In the second phase of production at Nantgarw, Young invested a further £1,100 in the pottery as well as mustering a further £1,000 from "ten gentlemen of the county". Billingsley and Walker continued to fire their porcelain, which by this stage was of the finest quality Billingsley had ever attained but still at a loss until one day in April 1820, while Young was away in Bristol, the pair absconded to Coalport leaving behind them the lease to the pottery and several thousand pieces of undecorated porcelain in various stages of production ("in the biscuit and the white").

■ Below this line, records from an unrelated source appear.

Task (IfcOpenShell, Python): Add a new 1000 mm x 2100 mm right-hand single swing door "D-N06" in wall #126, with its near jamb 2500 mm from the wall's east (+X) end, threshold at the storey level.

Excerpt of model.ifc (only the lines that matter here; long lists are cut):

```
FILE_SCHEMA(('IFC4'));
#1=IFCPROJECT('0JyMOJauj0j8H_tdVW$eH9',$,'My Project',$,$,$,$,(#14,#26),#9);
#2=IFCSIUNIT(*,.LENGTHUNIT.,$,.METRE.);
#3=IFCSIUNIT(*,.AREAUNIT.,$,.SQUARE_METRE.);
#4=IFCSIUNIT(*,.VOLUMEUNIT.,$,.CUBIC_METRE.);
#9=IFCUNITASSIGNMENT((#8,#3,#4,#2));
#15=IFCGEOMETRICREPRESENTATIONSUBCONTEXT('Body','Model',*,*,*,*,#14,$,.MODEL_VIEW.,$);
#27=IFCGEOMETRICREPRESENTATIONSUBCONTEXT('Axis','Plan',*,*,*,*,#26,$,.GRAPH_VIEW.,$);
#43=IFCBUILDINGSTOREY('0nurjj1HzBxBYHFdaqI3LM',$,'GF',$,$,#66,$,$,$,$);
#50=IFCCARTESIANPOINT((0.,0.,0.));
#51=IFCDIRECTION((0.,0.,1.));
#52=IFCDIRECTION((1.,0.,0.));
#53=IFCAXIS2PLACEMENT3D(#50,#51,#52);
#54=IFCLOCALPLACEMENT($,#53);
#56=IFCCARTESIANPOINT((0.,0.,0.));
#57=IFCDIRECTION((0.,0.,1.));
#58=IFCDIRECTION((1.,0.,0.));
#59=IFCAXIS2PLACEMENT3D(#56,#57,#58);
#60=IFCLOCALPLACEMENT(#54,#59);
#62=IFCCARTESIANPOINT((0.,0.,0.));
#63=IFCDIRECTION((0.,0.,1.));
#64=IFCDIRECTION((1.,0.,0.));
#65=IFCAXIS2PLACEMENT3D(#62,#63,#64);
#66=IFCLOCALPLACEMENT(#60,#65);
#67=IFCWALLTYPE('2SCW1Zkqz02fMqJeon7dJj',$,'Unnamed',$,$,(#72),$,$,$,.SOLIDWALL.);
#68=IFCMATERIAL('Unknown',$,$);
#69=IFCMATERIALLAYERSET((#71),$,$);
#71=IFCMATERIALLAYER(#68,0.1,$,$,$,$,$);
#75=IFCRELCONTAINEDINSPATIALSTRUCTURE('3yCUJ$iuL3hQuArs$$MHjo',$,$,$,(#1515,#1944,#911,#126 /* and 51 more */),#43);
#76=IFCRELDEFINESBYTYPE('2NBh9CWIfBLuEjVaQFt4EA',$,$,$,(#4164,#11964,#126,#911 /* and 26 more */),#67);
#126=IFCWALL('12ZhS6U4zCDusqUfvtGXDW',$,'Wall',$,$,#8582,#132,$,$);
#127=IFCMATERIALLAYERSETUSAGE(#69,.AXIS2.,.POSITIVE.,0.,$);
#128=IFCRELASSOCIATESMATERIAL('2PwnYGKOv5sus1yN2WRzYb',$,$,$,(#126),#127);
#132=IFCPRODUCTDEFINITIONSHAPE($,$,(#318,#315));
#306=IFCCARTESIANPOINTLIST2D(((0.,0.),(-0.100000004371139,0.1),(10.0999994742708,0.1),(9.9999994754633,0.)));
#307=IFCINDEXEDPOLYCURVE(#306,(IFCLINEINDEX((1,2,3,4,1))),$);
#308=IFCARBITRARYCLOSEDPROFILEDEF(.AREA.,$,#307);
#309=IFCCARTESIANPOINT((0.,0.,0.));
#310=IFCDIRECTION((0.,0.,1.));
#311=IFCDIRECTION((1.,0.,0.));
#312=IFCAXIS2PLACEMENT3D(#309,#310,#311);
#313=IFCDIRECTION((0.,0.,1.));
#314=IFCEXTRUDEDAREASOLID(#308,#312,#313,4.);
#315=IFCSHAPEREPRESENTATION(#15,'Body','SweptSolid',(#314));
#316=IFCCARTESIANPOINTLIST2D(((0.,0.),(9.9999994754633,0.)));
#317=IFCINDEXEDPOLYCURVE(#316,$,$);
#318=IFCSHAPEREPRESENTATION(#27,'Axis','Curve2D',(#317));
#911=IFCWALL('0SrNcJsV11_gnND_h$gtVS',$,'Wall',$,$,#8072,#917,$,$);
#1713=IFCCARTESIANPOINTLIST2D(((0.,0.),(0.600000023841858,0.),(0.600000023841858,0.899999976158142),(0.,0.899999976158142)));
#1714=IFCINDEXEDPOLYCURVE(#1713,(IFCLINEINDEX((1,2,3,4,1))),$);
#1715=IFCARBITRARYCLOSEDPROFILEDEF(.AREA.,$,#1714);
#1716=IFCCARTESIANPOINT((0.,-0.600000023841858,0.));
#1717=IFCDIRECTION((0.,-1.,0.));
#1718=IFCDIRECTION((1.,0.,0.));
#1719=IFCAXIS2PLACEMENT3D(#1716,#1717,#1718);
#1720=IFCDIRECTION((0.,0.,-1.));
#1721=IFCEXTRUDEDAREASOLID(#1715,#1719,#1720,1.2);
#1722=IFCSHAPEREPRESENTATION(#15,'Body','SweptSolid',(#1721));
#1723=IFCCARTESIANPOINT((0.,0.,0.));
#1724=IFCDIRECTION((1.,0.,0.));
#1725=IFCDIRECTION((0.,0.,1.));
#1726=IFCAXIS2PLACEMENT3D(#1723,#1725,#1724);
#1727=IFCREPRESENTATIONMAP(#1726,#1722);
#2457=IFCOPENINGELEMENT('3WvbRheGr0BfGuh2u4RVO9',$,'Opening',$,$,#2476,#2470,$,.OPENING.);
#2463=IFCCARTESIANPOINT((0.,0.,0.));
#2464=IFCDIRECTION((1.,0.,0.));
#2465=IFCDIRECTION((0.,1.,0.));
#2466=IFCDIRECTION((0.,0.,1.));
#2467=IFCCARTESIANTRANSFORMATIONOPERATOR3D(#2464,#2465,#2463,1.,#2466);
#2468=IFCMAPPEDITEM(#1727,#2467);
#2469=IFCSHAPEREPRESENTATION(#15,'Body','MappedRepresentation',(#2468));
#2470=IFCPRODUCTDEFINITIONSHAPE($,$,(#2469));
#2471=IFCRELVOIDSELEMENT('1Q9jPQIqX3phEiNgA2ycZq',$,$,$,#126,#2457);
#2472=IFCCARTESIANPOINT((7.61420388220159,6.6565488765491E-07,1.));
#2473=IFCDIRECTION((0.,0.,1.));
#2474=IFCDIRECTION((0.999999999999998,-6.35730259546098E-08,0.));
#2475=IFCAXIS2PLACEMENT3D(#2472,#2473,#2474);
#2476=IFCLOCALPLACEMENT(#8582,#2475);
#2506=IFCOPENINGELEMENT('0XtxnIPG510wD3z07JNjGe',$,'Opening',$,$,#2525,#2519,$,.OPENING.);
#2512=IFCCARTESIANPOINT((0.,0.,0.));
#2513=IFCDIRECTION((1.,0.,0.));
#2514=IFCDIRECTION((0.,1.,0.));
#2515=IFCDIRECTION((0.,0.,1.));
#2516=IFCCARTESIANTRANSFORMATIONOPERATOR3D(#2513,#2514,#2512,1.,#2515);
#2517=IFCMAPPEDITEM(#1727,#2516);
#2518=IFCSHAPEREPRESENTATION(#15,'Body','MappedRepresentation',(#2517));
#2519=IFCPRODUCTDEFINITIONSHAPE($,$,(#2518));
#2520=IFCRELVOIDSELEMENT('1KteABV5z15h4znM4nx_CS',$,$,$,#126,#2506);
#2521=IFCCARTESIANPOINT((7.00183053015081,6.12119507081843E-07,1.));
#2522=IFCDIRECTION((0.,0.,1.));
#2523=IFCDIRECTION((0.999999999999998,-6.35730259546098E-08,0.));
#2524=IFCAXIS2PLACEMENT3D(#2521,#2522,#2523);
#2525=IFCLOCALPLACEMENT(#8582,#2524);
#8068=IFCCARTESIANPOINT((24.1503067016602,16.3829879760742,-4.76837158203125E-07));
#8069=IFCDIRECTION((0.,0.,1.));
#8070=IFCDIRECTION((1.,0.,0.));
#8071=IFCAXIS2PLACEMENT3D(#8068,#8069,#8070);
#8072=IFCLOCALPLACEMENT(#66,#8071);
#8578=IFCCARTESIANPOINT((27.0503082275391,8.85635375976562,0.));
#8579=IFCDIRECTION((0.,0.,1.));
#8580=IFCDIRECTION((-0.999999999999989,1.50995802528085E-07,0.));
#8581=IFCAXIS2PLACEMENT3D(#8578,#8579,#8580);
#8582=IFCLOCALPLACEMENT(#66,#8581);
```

```python
import numpy as np
import ifcopenshell
import ifcopenshell.api.feature
import ifcopenshell.api.geometry
import ifcopenshell.api.root
import ifcopenshell.api.spatial
import ifcopenshell.geom
import ifcopenshell.util.element
import ifcopenshell.util.placement
import ifcopenshell.util.representation
import ifcopenshell.util.shape
import ifcopenshell.util.unit

model = ifcopenshell.open("model.ifc")
unit_scale = ifcopenshell.util.unit.calculate_unit_scale(model)
settings = ifcopenshell.geom.settings()


def volume(element):
    """Net volume in cubic metres, openings subtracted."""
    shape = ifcopenshell.geom.create_shape(settings, element)
    return ifcopenshell.util.shape.get_volume(shape.geometry)


wall = model.by_guid("12ZhS6U4zCDusqUfvtGXDW")
storey = ifcopenshell.util.element.get_container(wall, ifc_class="IfcBuildingStorey")
context = ifcopenshell.util.representation.get_context(model, "Model", "Body", "MODEL_VIEW")
before = volume(wall)

width, height, from_end, sill = 1, 2.1, 2.5, 0.0  # metres

# The wall runs along its own X axis, and the end named is its -X end.
wall_shape = ifcopenshell.geom.create_shape(settings, wall)
x, y, z = ifcopenshell.util.shape.get_vertices(wall_shape.geometry).T
start = x.min() + from_end
face, thickness = float(y.min()), float(y.max() - y.min())
wall_matrix = ifcopenshell.util.placement.get_local_placement(wall.ObjectPlacement)
level = ifcopenshell.util.placement.get_local_placement(storey.ObjectPlacement)[2, 3]


def in_wall(x, y):
    """Placement at x, y metres in the wall's axes, at sill height."""
    matrix = wall_matrix.copy()
    matrix[:, 3] = wall_matrix @ np.array([x / unit_scale, y / unit_scale, 0.0, 1.0])
    matrix[2, 3] = level + sill / unit_scale
    return matrix


# Opening: a box that overshoots both wall faces by 50 mm.
opening = ifcopenshell.api.root.create_entity(model, ifc_class="IfcOpeningElement", predefined_type="OPENING")
box = ifcopenshell.api.geometry.add_wall_representation(
    model, context=context, length=width, height=height, thickness=thickness + 0.1
)
ifcopenshell.api.geometry.assign_representation(model, product=opening, representation=box)
ifcopenshell.api.geometry.edit_object_placement(model, product=opening, matrix=in_wall(start, face - 0.05), is_si=False)
ifcopenshell.api.feature.add_feature(model, feature=opening, element=wall)

door = ifcopenshell.api.root.create_entity(model, ifc_class="IfcDoor", name="D-N06", predefined_type="DOOR")
door.OverallWidth, door.OverallHeight = width / unit_scale, height / unit_scale
door.OperationType = "SINGLE_SWING_RIGHT"
body = ifcopenshell.api.geometry.add_door_representation(
    model,
    context=context,
    overall_width=door.OverallWidth,
    overall_height=door.OverallHeight,
    operation_type="SINGLE_SWING_RIGHT",
    lining_properties={"LiningDepth": thickness / unit_scale, "ThresholdDepth": thickness / unit_scale},
)
ifcopenshell.api.geometry.assign_representation(model, product=door, representation=body)
ifcopenshell.api.spatial.assign_container(model, products=[door], relating_structure=storey)
ifcopenshell.api.feature.add_filling(model, opening=opening, element=door)

# The lining spans the wall, so the door starts at the wall face.
ifcopenshell.api.geometry.edit_object_placement(model, product=door, matrix=in_wall(start, face), is_si=False)

after = volume(wall)

print(f"wall volume {before:.3f} -> {after:.3f} m3")

model.write("model_rev.ifc")
```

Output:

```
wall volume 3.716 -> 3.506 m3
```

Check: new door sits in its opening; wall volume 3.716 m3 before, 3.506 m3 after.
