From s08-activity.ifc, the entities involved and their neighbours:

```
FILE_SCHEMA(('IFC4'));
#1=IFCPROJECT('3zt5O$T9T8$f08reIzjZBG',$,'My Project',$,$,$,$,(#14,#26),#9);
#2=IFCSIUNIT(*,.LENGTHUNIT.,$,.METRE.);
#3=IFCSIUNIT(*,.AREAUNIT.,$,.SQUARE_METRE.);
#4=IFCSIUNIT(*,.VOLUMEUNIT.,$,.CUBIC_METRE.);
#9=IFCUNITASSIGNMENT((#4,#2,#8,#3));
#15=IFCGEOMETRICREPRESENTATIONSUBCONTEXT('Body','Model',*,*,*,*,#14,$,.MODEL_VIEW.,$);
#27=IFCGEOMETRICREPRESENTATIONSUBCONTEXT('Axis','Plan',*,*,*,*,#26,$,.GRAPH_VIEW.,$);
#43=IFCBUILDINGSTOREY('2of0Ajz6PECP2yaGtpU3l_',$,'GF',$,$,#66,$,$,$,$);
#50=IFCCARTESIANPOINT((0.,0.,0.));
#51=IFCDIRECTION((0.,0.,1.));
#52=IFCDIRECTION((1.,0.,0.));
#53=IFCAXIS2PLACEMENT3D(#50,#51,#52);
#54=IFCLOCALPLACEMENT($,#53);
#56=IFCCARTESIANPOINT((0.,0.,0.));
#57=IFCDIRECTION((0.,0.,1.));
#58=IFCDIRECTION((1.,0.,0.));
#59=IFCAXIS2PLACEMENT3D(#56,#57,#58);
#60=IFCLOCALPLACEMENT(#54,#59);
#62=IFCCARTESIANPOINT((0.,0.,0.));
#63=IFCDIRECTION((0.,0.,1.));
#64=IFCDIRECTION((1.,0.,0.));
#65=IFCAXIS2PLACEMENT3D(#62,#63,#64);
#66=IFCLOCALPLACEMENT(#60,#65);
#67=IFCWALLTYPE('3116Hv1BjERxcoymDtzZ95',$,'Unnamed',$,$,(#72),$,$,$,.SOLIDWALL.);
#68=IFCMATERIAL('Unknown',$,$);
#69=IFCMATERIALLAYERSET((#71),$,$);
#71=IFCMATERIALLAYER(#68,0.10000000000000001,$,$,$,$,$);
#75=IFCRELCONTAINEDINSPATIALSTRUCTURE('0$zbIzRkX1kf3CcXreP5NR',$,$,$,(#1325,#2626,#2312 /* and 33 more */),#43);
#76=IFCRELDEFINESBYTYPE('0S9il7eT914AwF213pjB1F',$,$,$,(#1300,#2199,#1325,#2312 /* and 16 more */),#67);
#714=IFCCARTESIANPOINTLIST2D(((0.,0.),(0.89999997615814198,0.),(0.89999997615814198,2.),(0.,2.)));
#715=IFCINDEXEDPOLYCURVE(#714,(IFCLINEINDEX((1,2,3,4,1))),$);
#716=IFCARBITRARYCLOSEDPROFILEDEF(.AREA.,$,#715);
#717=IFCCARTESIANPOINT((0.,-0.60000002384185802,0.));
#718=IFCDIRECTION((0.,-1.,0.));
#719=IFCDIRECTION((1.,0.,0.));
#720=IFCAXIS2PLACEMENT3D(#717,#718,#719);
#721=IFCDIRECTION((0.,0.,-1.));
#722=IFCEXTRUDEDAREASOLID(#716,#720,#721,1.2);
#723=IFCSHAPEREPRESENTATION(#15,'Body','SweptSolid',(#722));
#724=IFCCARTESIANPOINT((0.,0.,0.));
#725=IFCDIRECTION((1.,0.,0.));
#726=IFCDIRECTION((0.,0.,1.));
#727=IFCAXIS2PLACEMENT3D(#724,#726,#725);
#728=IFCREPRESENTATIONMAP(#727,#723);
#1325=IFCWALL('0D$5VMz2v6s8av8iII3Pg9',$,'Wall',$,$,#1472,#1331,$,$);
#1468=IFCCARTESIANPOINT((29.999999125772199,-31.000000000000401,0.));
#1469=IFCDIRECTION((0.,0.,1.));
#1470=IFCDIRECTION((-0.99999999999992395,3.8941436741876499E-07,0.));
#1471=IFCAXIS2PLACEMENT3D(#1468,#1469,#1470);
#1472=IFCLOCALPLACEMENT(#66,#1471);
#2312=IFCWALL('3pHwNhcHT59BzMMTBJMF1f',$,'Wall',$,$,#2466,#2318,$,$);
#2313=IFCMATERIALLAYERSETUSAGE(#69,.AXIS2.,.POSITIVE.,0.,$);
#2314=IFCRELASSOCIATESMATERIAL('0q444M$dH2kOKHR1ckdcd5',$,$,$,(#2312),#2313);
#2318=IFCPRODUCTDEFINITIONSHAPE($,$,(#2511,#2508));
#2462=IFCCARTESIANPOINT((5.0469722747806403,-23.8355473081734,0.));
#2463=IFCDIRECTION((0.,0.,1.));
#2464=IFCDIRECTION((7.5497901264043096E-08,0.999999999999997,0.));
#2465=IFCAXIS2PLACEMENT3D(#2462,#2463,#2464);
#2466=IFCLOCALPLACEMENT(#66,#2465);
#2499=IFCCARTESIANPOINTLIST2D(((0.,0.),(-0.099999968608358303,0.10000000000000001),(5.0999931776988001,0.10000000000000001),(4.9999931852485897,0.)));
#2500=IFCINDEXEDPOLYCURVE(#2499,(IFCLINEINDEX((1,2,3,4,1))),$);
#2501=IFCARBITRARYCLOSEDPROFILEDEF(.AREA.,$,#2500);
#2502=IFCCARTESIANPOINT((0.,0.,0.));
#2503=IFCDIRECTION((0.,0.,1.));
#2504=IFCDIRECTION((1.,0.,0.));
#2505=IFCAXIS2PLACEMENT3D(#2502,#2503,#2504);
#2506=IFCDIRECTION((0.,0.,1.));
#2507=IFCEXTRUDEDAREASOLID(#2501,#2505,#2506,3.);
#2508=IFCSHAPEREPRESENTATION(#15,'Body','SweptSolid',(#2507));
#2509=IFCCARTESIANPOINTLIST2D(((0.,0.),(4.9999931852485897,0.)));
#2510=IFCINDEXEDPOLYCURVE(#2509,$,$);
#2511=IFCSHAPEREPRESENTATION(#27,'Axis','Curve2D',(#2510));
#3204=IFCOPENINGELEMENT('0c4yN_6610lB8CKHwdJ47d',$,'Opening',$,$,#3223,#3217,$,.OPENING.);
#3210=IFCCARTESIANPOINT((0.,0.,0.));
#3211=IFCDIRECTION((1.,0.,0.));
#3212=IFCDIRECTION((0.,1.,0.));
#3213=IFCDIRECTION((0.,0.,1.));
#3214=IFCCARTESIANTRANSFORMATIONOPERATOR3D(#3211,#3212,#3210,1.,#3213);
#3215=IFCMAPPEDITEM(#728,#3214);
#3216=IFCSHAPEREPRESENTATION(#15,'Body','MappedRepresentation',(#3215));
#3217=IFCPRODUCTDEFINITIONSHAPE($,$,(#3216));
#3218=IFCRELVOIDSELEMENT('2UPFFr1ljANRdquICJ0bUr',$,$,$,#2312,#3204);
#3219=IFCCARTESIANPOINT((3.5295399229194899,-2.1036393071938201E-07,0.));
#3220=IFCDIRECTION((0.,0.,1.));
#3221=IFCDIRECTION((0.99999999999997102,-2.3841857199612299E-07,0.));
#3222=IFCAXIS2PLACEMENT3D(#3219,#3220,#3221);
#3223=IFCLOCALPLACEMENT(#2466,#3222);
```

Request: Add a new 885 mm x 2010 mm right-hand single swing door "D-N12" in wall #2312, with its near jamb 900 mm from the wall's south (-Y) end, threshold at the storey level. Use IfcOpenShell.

```python
import numpy as np
import ifcopenshell
import ifcopenshell.api.feature
import ifcopenshell.api.geometry
import ifcopenshell.api.root
import ifcopenshell.api.spatial
import ifcopenshell.geom
import ifcopenshell.util.element
import ifcopenshell.util.placement
import ifcopenshell.util.representation
import ifcopenshell.util.shape
import ifcopenshell.util.unit

model = ifcopenshell.open("s08-activity.ifc")
unit_scale = ifcopenshell.util.unit.calculate_unit_scale(model)
settings = ifcopenshell.geom.settings()


def volume(element):
    """Net volume in cubic metres, openings subtracted."""
    shape = ifcopenshell.geom.create_shape(settings, element)
    return ifcopenshell.util.shape.get_volume(shape.geometry)


wall = model.by_guid("3pHwNhcHT59BzMMTBJMF1f")
storey = ifcopenshell.util.element.get_container(wall, ifc_class="IfcBuildingStorey")
context = ifcopenshell.util.representation.get_context(model, "Model", "Body", "MODEL_VIEW")
before = volume(wall)

width, height, from_end, sill = 0.885, 2.01, 0.9, 0.0  # metres

# The wall runs along its own X axis, and the end named is its -X end.
wall_shape = ifcopenshell.geom.create_shape(settings, wall)
x, y, z = ifcopenshell.util.shape.get_vertices(wall_shape.geometry).T
start = x.min() + from_end
face, thickness = float(y.min()), float(y.max() - y.min())
wall_matrix = ifcopenshell.util.placement.get_local_placement(wall.ObjectPlacement)
level = ifcopenshell.util.placement.get_local_placement(storey.ObjectPlacement)[2, 3]


def in_wall(x, y):
    """Placement at x, y metres in the wall's axes, at sill height."""
    matrix = wall_matrix.copy()
    matrix[:, 3] = wall_matrix @ np.array([x / unit_scale, y / unit_scale, 0.0, 1.0])
    matrix[2, 3] = level + sill / unit_scale
    return matrix


# Opening: a box that overshoots both wall faces by 50 mm.
opening = ifcopenshell.api.root.create_entity(model, ifc_class="IfcOpeningElement", predefined_type="OPENING")
box = ifcopenshell.api.geometry.add_wall_representation(
    model, context=context, length=width, height=height, thickness=thickness + 0.1
)
ifcopenshell.api.geometry.assign_representation(model, product=opening, representation=box)
ifcopenshell.api.geometry.edit_object_placement(model, product=opening, matrix=in_wall(start, face - 0.05), is_si=False)
ifcopenshell.api.feature.add_feature(model, feature=opening, element=wall)

door = ifcopenshell.api.root.create_entity(model, ifc_class="IfcDoor", name="D-N12", predefined_type="DOOR")
door.OverallWidth, door.OverallHeight = width / unit_scale, height / unit_scale
door.OperationType = "SINGLE_SWING_RIGHT"
body = ifcopenshell.api.geometry.add_door_representation(
    model,
    context=context,
    overall_width=door.OverallWidth,
    overall_height=door.OverallHeight,
    operation_type="SINGLE_SWING_RIGHT",
    lining_properties={"LiningDepth": thickness / unit_scale, "ThresholdDepth": thickness / unit_scale},
)
ifcopenshell.api.geometry.assign_representation(model, product=door, representation=body)
ifcopenshell.api.spatial.assign_container(model, products=[door], relating_structure=storey)
ifcopenshell.api.feature.add_filling(model, opening=opening, element=door)

# The lining spans the wall, so the door starts at the wall face.
ifcopenshell.api.geometry.edit_object_placement(model, product=door, matrix=in_wall(start, face), is_si=False)

after = volume(wall)

print(f"wall volume {before:.3f} -> {after:.3f} m3")

model.write("s08-activity_updated.ifc")
```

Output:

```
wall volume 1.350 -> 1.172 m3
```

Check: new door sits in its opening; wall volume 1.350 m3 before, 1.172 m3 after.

Young put the Nantgarw Pottery and its contents up for sale via public auction in October 1820, enabling him to buy out his minor partners, become sole proprietor and manage the completion and sale of the stock; effectively salvaging the business. He invited his friend and former co-working artist from the Cambrian Pottery, Thomas Pardoe, to aid him with the completion and decoration of the salvaged porcelain. Young and Pardoe experimented to perfect a glaze for the biscuit ware, but were unable to add to Billingsley's stockpile of porcelain, having no access to his recipe. The final sales of the finished porcelain (sold between 1821 and 1822), paid Pardoe and his staff's salaries in arrears, but failed to recoup Young's total losses, leaving Young narrowly avoiding bankruptcy. Besides the porcelain decorated by Young, but predominantly by Pardoe at Nantgarw, many pieces were sold in the white to be decorated in London. These wares are known to have been decorated by Thomas Martin Randall (working for John Mortlock at the time), John Latham, William Peg and probably Matthew Colclough.

Some Nantgarw porcelain is identified with the mark "NANTGARW" impressed, often with the initials C.W. (for China Works) underneath. The word "NANTGARW" in red script is also seen on some of the finer specimens.

In 1833 William Henry Pardoe, son of Thomas Pardoe, took over the vacant Nantgarw Pottery and began manufacturing stoneware bottles and brown glazed earthenware known as Rockingham ware. He also began manufacturing clay tobacco pipes, many of which were exported to Ireland. The business continued under Pardoe's descendants, and at its peak produced around 10,000 pipes a week, until its closure in 1920, when cigarettes replaced such clay pipes.

==Collections==
Collections of the historic wares can be seen at museums including the National Museum of Wales in Cardiff, the Oriel Plas Glyn-y-Weddw, Llanbedrog, Pwllheli, and the Victoria and Albert Museum in London.

==China Works Museum==
In 1989 the semi-derelict site was bought by Taff-Ely County Borough Council, who still today own the site. After the start of archaeological excavation and restoration of its kilns and buildings, the site opened it to the public two years later as the Nantgarw China Works and Museum. Closed at the end of 2008 due to budget cuts at Rhondda Cynon Taff council, the Nantgarw Chinaworks Museum was reopened during the week in November 2010 by two artists. The museum is currently (February 2016) used for artists' studios, exhibitions, art classes and special events, and the restoration of the kilns is being completed by the Welsh government.